** RECORDS FOR THIS EXERCISE follows **
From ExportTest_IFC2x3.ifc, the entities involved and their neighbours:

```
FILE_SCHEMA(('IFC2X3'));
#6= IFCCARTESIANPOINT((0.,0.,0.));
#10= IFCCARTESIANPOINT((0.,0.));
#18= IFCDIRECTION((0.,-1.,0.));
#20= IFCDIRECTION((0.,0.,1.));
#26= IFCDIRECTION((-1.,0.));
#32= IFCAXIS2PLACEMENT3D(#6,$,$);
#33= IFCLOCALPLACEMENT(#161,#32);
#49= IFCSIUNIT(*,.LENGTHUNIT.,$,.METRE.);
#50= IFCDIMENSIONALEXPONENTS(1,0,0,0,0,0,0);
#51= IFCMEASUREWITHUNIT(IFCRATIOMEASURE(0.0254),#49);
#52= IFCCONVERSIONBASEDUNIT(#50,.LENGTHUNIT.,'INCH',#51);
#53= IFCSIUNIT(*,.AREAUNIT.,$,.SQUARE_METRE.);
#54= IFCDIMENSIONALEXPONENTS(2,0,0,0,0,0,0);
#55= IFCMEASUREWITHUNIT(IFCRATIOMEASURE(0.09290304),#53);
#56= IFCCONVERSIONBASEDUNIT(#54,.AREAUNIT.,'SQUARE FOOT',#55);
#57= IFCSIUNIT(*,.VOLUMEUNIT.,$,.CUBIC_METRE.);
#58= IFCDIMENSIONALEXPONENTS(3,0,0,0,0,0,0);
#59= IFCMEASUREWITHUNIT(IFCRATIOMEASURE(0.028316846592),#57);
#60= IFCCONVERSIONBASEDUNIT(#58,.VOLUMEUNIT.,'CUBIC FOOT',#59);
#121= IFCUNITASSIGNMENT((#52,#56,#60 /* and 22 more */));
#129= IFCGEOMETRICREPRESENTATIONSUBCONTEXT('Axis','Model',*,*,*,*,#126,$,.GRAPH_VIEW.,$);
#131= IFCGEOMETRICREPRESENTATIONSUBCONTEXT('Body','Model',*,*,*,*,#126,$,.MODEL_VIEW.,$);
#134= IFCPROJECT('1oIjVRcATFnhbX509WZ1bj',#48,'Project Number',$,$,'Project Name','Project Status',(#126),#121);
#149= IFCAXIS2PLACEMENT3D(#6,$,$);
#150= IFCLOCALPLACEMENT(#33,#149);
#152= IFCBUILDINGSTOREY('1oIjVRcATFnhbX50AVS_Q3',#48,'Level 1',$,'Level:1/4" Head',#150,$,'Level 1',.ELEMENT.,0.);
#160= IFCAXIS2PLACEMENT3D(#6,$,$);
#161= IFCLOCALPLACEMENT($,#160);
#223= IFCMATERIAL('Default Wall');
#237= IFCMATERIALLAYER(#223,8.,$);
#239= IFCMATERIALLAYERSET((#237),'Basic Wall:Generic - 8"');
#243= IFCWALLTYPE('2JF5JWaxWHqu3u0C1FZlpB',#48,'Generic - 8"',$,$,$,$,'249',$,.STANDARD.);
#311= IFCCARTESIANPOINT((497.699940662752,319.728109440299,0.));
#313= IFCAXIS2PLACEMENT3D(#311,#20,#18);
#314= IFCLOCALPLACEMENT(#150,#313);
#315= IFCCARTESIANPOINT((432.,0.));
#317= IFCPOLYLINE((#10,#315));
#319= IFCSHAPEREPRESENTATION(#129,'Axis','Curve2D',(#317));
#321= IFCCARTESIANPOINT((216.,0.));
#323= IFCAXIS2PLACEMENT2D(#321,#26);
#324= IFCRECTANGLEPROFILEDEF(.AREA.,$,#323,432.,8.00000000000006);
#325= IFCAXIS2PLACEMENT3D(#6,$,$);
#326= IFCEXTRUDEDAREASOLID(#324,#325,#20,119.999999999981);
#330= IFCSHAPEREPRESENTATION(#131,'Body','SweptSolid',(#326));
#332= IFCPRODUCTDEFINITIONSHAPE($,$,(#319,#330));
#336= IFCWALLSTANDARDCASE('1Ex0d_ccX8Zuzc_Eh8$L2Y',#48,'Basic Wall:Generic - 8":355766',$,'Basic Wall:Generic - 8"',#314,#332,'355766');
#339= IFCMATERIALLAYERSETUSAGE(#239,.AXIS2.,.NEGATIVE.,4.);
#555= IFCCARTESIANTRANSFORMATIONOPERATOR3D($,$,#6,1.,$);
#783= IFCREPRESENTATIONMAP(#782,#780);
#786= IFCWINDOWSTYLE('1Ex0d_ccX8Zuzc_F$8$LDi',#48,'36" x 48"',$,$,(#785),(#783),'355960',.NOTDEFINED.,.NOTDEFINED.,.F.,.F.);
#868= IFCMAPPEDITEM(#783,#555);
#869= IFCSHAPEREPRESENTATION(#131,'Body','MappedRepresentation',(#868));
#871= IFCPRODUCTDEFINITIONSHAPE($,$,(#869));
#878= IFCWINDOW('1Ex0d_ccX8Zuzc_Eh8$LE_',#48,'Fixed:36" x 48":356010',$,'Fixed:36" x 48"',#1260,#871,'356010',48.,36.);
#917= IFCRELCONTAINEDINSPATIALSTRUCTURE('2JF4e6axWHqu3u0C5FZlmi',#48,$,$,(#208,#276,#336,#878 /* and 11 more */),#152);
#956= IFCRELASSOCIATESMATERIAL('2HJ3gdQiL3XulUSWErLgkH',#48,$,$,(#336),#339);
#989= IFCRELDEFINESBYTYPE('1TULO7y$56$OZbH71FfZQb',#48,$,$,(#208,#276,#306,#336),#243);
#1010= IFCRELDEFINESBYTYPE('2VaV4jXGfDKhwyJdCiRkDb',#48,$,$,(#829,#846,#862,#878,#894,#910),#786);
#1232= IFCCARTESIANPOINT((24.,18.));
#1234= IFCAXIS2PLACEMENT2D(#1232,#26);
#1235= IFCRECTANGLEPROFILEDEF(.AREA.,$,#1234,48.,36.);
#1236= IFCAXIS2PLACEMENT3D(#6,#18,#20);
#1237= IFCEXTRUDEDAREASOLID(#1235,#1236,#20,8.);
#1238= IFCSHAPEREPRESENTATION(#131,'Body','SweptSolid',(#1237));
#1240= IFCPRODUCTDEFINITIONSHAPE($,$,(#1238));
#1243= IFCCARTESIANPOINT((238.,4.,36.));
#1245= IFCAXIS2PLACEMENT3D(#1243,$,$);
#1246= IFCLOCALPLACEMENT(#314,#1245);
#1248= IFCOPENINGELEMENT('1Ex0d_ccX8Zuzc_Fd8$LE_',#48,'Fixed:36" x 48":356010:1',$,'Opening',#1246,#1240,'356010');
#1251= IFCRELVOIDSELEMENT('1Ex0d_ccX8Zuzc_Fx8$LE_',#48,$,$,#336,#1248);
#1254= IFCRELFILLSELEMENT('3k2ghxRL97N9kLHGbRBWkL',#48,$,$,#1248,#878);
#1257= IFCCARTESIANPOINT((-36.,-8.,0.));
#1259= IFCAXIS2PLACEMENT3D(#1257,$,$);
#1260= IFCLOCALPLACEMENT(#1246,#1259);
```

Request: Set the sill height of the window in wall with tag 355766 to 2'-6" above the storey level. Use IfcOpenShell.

```python
import numpy as np
import ifcopenshell
import ifcopenshell.api.geometry
import ifcopenshell.geom
import ifcopenshell.util.element
import ifcopenshell.util.placement
import ifcopenshell.util.shape
import ifcopenshell.util.unit

model = ifcopenshell.open("ExportTest_IFC2x3.ifc")
unit_scale = ifcopenshell.util.unit.calculate_unit_scale(model)

window = model.by_guid("1Ex0d_ccX8Zuzc_Eh8$LE_")
opening = window.FillsVoids[0].RelatingOpeningElement
storey = ifcopenshell.util.element.get_container(window, ifc_class="IfcBuildingStorey")
level = ifcopenshell.util.placement.get_local_placement(storey.ObjectPlacement)[2, 3]

# The opening's origin need not be at the sill, so measure its lowest point.
shape = ifcopenshell.geom.create_shape(ifcopenshell.geom.settings(), opening)
bottom = ifcopenshell.util.shape.get_shape_bottom_elevation(shape, shape.geometry) / unit_scale
dz = level + 30 * 0.0254 / unit_scale - bottom

shift = np.array([0.0, 0.0, dz])
# The window is placed relative to its opening, so it follows when the opening moves.
matrix = ifcopenshell.util.placement.get_local_placement(opening.ObjectPlacement)
matrix[:3, 3] += shift
ifcopenshell.api.geometry.edit_object_placement(
    model, product=opening, matrix=matrix, is_si=False, should_transform_children=True
)

print(f"moved by {dz * unit_scale:+.3f} m")

model.write("ExportTest_IFC2x3_edited.ifc")
```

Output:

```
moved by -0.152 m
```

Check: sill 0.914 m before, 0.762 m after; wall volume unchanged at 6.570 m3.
** End of RECORDS FOR THIS EXERCISE **
§ **WHAT THE EXERCISE ASKS**:
Check the entries above line by line and return each one containing the word "LENGTHUNIT".

§ **EXERCISE ANSWER**:
#49= IFCSIUNIT(*,.LENGTHUNIT.,$,.METRE.);
#52= IFCCONVERSIONBASEDUNIT(#50,.LENGTHUNIT.,'INCH',#51);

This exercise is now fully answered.